═══ Source information ═══

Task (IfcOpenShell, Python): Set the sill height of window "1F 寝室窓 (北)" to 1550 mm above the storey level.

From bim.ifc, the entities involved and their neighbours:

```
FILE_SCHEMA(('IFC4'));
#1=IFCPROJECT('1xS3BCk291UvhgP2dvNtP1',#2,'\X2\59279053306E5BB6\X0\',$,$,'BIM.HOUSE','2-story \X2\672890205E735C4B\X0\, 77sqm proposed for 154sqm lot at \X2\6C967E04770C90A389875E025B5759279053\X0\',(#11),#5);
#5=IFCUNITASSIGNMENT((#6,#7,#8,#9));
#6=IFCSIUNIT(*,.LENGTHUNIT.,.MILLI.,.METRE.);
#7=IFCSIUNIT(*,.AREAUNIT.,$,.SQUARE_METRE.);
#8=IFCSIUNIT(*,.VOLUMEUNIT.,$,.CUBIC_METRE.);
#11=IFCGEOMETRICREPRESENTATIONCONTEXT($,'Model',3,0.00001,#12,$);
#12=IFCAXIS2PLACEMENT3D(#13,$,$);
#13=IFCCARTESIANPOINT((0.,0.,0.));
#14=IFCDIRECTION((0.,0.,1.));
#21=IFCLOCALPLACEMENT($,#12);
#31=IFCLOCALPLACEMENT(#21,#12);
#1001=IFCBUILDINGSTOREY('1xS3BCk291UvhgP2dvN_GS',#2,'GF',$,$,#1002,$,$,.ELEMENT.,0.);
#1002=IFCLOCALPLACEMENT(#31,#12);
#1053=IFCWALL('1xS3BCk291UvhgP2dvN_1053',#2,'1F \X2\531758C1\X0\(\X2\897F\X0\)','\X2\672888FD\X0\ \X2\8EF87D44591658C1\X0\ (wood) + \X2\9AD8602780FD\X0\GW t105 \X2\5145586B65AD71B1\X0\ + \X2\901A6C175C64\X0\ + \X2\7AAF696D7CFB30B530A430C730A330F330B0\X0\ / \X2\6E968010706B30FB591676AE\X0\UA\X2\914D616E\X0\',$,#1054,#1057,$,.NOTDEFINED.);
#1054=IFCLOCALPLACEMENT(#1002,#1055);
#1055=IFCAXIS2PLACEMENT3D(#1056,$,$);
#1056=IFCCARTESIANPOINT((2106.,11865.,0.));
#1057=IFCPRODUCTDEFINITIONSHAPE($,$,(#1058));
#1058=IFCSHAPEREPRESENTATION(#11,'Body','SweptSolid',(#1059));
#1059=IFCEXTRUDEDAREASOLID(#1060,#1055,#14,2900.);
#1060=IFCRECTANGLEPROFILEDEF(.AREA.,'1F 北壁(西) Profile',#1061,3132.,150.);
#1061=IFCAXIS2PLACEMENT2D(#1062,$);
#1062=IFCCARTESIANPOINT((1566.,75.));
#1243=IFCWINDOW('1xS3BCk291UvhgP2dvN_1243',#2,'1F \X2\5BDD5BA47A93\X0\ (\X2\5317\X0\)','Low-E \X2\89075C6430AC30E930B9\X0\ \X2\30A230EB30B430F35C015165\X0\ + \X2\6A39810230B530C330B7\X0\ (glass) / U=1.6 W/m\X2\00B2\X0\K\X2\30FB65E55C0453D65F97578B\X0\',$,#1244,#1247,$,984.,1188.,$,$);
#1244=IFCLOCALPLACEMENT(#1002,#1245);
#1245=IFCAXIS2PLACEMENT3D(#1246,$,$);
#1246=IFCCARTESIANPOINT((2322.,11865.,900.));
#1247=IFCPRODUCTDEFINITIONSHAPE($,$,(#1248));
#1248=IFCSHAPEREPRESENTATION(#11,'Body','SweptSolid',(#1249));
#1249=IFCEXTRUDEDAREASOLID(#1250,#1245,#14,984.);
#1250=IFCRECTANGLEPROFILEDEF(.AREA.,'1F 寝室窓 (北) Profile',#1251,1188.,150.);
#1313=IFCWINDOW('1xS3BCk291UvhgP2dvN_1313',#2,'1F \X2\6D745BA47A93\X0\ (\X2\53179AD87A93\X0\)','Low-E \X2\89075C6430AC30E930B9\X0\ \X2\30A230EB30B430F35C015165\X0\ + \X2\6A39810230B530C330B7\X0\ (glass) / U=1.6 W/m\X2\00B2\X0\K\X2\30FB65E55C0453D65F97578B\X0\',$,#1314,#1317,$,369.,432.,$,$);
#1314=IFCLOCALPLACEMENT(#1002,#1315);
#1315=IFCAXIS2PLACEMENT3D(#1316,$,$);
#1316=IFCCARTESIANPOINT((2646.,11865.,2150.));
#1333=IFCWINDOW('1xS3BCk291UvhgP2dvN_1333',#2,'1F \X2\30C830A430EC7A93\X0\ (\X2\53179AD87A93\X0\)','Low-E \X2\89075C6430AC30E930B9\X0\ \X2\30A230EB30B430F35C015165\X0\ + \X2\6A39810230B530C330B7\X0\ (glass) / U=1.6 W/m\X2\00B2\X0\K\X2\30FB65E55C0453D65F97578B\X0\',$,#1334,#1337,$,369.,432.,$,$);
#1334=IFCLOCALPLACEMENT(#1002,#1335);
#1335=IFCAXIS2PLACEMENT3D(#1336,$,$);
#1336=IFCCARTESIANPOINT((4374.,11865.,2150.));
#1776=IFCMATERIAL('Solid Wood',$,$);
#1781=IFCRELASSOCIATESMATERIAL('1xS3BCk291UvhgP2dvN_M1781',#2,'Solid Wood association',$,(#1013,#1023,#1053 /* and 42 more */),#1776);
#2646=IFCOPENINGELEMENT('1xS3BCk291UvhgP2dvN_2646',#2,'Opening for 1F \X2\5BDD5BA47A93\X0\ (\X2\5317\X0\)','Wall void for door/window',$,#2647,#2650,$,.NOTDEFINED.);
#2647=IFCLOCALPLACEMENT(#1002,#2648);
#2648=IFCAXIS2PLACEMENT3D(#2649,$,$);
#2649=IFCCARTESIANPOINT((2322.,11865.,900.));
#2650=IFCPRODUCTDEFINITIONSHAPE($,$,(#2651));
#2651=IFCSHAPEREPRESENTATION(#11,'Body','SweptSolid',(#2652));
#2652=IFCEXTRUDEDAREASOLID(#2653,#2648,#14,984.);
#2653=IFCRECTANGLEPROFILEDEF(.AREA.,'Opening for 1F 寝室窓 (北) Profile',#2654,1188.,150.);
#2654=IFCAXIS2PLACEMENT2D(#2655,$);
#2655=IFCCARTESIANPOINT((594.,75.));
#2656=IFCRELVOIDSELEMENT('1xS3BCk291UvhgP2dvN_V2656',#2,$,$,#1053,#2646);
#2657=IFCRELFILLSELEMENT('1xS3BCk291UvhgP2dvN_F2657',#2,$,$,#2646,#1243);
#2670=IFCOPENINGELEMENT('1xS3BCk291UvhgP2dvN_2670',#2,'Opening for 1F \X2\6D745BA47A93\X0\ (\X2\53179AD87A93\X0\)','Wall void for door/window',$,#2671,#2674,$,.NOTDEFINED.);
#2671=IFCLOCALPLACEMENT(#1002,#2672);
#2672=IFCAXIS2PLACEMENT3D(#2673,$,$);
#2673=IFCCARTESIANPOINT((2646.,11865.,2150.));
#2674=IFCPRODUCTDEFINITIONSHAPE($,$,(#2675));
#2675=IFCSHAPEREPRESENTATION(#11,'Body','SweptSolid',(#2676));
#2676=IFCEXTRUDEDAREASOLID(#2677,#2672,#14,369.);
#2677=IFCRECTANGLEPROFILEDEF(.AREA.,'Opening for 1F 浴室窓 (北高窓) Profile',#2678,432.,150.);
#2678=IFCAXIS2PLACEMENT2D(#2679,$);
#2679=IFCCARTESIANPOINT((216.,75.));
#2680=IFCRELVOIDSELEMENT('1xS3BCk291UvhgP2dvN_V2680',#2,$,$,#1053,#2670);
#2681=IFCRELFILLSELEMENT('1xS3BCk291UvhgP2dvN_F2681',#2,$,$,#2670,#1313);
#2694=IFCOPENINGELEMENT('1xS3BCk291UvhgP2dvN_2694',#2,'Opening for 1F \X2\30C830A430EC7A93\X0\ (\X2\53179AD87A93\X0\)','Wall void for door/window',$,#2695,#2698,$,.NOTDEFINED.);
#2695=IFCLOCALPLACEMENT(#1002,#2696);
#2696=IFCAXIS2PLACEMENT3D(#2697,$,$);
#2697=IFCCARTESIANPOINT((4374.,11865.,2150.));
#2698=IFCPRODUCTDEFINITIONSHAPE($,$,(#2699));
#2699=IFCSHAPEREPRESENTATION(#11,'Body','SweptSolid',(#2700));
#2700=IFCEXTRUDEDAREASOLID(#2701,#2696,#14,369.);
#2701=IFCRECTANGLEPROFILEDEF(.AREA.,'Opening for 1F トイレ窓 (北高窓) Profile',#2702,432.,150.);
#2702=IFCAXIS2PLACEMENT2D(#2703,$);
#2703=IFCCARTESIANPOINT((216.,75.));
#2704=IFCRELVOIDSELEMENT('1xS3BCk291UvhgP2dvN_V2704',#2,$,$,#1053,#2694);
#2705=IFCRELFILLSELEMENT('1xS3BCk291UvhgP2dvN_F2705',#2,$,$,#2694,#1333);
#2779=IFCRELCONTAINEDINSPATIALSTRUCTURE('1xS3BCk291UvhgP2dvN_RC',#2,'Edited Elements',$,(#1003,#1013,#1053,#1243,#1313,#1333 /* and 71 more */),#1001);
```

```python
import numpy as np
import ifcopenshell
import ifcopenshell.api.geometry
import ifcopenshell.geom
import ifcopenshell.util.element
import ifcopenshell.util.placement
import ifcopenshell.util.shape
import ifcopenshell.util.unit

model = ifcopenshell.open("bim.ifc")
unit_scale = ifcopenshell.util.unit.calculate_unit_scale(model)

window = model.by_guid("1xS3BCk291UvhgP2dvN_1243")
opening = window.FillsVoids[0].RelatingOpeningElement
storey = ifcopenshell.util.element.get_container(window, ifc_class="IfcBuildingStorey")
level = ifcopenshell.util.placement.get_local_placement(storey.ObjectPlacement)[2, 3]

# The opening's origin need not be at the sill, so measure its lowest point.
shape = ifcopenshell.geom.create_shape(ifcopenshell.geom.settings(), opening)
bottom = ifcopenshell.util.shape.get_shape_bottom_elevation(shape, shape.geometry) / unit_scale
dz = level + 1.55 / unit_scale - bottom

shift = np.array([0.0, 0.0, dz])
# The window is not placed relative to its opening, so move both.
for product in (opening, window):
    matrix = ifcopenshell.util.placement.get_local_placement(product.ObjectPlacement)
    matrix[:3, 3] += shift
    ifcopenshell.api.geometry.edit_object_placement(model, product=product, matrix=matrix, is_si=False)

print(f"moved by {dz * unit_scale:+.3f} m")

model.write("bim_rev.ifc")
```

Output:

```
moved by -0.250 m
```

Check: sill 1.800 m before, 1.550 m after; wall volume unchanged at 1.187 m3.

═══

## Requirement:
Working from the entries above, return all lines that contain "more".

## Solution to this problem:
#1781=IFCRELASSOCIATESMATERIAL('1xS3BCk291UvhgP2dvN_M1781',#2,'Solid Wood association',$,(#1013,#1023,#1053 /* and 42 more */),#1776);
#2779=IFCRELCONTAINEDINSPATIALSTRUCTURE('1xS3BCk291UvhgP2dvN_RC',#2,'Edited Elements',$,(#1003,#1013,#1053,#1243,#1313,#1333 /* and 71 more */),#1001);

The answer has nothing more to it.